Dataset entries

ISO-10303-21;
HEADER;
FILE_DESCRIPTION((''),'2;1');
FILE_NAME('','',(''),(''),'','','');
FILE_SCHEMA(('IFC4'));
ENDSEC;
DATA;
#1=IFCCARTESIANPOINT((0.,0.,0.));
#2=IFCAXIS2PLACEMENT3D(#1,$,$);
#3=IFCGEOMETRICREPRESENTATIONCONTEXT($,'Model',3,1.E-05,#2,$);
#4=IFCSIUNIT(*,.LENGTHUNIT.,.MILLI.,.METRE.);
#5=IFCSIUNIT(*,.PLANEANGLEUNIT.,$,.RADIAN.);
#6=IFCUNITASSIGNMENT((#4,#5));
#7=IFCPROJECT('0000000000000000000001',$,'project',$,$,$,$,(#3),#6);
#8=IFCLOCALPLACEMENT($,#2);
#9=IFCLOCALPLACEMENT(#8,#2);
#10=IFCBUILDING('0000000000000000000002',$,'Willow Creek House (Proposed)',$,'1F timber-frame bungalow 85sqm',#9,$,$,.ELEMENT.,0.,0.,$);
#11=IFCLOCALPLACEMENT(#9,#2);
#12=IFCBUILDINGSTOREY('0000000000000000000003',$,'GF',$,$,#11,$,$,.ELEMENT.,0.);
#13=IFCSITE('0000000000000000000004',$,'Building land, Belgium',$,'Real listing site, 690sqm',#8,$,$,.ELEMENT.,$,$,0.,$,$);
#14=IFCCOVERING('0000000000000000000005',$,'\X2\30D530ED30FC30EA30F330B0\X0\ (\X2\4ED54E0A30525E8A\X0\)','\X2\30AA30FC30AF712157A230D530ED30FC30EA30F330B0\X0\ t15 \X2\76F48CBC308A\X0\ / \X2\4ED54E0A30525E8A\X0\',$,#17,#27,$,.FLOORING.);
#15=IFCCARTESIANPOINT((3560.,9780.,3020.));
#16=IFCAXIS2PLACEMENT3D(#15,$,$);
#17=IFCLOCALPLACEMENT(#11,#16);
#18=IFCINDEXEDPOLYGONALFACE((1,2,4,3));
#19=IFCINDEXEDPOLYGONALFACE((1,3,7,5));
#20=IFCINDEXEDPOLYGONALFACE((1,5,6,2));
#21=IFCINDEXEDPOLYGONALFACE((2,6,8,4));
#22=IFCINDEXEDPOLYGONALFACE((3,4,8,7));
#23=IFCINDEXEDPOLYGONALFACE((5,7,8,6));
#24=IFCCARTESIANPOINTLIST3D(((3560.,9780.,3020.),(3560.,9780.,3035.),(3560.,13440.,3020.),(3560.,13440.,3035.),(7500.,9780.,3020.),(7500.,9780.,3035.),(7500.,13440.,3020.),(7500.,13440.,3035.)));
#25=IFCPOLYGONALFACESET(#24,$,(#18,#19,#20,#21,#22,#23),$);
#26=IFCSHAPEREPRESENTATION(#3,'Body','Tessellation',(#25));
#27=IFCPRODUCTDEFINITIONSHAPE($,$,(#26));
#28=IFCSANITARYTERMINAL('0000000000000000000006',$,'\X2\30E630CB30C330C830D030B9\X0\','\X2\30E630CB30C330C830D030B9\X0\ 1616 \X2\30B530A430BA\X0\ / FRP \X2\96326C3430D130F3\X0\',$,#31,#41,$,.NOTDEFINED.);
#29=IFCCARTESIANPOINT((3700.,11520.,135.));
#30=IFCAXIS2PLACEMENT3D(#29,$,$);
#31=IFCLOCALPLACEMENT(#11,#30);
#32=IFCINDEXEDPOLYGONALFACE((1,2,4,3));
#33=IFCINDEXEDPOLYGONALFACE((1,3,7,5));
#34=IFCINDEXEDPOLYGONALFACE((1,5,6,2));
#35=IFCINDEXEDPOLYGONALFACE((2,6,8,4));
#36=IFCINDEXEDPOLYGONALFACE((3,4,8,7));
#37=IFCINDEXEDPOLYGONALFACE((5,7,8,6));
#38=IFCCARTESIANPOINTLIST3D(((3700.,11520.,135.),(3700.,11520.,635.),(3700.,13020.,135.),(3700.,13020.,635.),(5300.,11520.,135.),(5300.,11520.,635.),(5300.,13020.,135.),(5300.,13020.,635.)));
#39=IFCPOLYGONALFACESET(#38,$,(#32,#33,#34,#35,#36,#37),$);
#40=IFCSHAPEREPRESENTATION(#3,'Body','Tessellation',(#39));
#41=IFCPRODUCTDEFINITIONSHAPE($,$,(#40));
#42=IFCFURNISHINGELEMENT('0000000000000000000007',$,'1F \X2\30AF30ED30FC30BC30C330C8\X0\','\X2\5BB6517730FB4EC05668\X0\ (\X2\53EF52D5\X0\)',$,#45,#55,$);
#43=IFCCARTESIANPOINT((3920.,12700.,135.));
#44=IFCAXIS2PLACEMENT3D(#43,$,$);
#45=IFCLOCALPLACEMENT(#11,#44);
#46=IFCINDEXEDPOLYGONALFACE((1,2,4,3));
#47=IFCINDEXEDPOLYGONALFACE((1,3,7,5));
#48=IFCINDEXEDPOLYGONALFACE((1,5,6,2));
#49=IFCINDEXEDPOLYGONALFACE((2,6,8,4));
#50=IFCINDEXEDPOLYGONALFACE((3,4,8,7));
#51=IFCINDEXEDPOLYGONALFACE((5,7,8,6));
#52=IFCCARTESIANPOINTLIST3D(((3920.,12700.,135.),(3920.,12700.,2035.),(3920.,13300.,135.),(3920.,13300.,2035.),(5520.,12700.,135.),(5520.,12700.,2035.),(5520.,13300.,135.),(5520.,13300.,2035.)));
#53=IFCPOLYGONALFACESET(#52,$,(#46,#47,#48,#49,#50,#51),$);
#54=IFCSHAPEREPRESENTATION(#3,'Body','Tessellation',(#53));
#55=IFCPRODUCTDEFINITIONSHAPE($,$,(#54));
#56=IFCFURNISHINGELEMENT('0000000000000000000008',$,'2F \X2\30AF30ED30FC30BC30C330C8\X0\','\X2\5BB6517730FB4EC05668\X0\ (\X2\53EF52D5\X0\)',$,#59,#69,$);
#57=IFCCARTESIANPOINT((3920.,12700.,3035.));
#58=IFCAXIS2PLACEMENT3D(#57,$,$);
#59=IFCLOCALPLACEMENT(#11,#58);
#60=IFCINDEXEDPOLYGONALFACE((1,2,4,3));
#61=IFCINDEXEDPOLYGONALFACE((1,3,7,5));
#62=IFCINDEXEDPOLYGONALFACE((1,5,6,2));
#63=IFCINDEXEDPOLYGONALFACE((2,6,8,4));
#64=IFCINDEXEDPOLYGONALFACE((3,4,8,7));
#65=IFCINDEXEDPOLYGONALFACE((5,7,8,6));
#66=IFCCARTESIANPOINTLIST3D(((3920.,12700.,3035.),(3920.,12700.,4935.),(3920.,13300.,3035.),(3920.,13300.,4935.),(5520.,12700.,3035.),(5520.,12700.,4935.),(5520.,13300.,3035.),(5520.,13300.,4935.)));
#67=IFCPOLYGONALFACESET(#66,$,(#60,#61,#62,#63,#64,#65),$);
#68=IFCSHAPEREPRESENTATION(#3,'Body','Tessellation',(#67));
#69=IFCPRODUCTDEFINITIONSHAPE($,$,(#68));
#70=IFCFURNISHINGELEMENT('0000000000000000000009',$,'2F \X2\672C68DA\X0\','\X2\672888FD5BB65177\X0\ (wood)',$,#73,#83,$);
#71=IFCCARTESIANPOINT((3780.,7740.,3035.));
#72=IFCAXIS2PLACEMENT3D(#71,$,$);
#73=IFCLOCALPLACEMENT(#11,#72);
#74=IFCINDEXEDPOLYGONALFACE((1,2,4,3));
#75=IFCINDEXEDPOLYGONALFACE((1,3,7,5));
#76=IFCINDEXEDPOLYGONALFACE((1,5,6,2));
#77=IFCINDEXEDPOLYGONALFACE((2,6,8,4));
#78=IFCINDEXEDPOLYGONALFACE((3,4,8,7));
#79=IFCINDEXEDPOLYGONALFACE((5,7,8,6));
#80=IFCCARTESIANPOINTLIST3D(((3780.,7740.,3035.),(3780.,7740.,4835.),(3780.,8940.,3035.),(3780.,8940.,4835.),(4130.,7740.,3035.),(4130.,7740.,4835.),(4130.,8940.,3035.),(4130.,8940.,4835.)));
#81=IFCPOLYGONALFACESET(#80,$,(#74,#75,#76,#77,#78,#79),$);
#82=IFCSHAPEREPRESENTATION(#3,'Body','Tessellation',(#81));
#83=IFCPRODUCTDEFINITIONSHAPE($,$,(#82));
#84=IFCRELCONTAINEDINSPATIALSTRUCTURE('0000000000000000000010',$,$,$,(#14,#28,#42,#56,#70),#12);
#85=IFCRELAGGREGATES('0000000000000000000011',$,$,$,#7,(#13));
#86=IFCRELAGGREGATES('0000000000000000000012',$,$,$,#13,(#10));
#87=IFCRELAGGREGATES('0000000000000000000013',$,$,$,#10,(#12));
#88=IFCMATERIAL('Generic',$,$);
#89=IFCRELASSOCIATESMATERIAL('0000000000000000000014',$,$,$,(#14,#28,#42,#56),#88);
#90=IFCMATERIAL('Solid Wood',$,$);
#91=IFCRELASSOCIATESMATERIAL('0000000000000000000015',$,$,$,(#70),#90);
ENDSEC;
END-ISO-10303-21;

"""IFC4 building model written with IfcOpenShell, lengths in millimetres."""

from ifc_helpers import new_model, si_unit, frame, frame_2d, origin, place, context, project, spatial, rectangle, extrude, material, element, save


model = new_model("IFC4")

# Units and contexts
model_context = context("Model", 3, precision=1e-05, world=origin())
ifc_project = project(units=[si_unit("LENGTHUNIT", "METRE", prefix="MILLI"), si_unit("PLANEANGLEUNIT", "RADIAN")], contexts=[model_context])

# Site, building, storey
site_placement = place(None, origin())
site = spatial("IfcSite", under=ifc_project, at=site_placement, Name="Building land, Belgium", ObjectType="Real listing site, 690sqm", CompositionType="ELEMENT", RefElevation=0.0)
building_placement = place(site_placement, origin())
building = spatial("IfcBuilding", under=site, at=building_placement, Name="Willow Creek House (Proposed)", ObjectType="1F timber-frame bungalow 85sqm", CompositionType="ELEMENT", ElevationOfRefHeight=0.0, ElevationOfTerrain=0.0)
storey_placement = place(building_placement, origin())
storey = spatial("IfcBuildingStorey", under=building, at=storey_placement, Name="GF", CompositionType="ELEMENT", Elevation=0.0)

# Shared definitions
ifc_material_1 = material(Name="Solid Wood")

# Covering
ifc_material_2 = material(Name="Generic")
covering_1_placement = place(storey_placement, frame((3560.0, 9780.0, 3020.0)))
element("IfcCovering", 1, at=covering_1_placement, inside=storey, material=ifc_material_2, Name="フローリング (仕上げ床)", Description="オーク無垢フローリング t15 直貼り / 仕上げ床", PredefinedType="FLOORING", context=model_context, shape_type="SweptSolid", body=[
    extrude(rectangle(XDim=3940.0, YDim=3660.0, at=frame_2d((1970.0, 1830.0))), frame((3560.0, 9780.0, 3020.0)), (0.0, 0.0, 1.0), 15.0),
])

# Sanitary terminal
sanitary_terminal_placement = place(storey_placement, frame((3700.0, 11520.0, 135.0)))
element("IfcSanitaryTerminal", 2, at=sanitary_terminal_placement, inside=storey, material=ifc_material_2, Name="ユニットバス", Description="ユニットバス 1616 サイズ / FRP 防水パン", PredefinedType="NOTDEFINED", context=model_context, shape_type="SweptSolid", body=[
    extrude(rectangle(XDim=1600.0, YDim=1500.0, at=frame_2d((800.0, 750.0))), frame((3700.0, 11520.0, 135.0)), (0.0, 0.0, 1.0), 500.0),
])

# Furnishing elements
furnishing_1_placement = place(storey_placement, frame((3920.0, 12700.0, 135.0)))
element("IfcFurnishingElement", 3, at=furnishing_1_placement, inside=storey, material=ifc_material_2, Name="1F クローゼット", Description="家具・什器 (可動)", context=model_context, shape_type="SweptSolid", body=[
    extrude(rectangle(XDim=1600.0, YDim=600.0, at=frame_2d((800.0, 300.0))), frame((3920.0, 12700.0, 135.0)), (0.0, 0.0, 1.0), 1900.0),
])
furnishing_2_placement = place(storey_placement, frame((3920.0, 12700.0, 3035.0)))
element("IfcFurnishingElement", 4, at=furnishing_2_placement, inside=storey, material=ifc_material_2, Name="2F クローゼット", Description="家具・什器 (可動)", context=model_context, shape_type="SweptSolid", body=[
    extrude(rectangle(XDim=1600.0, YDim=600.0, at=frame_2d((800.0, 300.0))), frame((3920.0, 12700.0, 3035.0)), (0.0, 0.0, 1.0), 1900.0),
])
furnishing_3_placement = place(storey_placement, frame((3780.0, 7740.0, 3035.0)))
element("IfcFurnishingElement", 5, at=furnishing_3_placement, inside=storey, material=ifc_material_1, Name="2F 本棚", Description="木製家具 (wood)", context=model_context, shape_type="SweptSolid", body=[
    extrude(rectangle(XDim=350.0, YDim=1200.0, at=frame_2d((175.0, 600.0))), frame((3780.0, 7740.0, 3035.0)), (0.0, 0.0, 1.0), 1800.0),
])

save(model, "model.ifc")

*Work to complete*. Output all lines from the beginning of the data up to the line holding "#9=IFCLOCALPLACEMENT(#8,#2);", that line included, exactly as written.

*Solution for this exercise*.
ISO-10303-21;
HEADER;
FILE_DESCRIPTION((''),'2;1');
FILE_NAME('','',(''),(''),'','','');
FILE_SCHEMA(('IFC4'));
ENDSEC;
DATA;
#1=IFCCARTESIANPOINT((0.,0.,0.));
#2=IFCAXIS2PLACEMENT3D(#1,$,$);
#3=IFCGEOMETRICREPRESENTATIONCONTEXT($,'Model',3,1.E-05,#2,$);
#4=IFCSIUNIT(*,.LENGTHUNIT.,.MILLI.,.METRE.);
#5=IFCSIUNIT(*,.PLANEANGLEUNIT.,$,.RADIAN.);
#6=IFCUNITASSIGNMENT((#4,#5));
#7=IFCPROJECT('0000000000000000000001',$,'project',$,$,$,$,(#3),#6);
#8=IFCLOCALPLACEMENT($,#2);
#9=IFCLOCALPLACEMENT(#8,#2);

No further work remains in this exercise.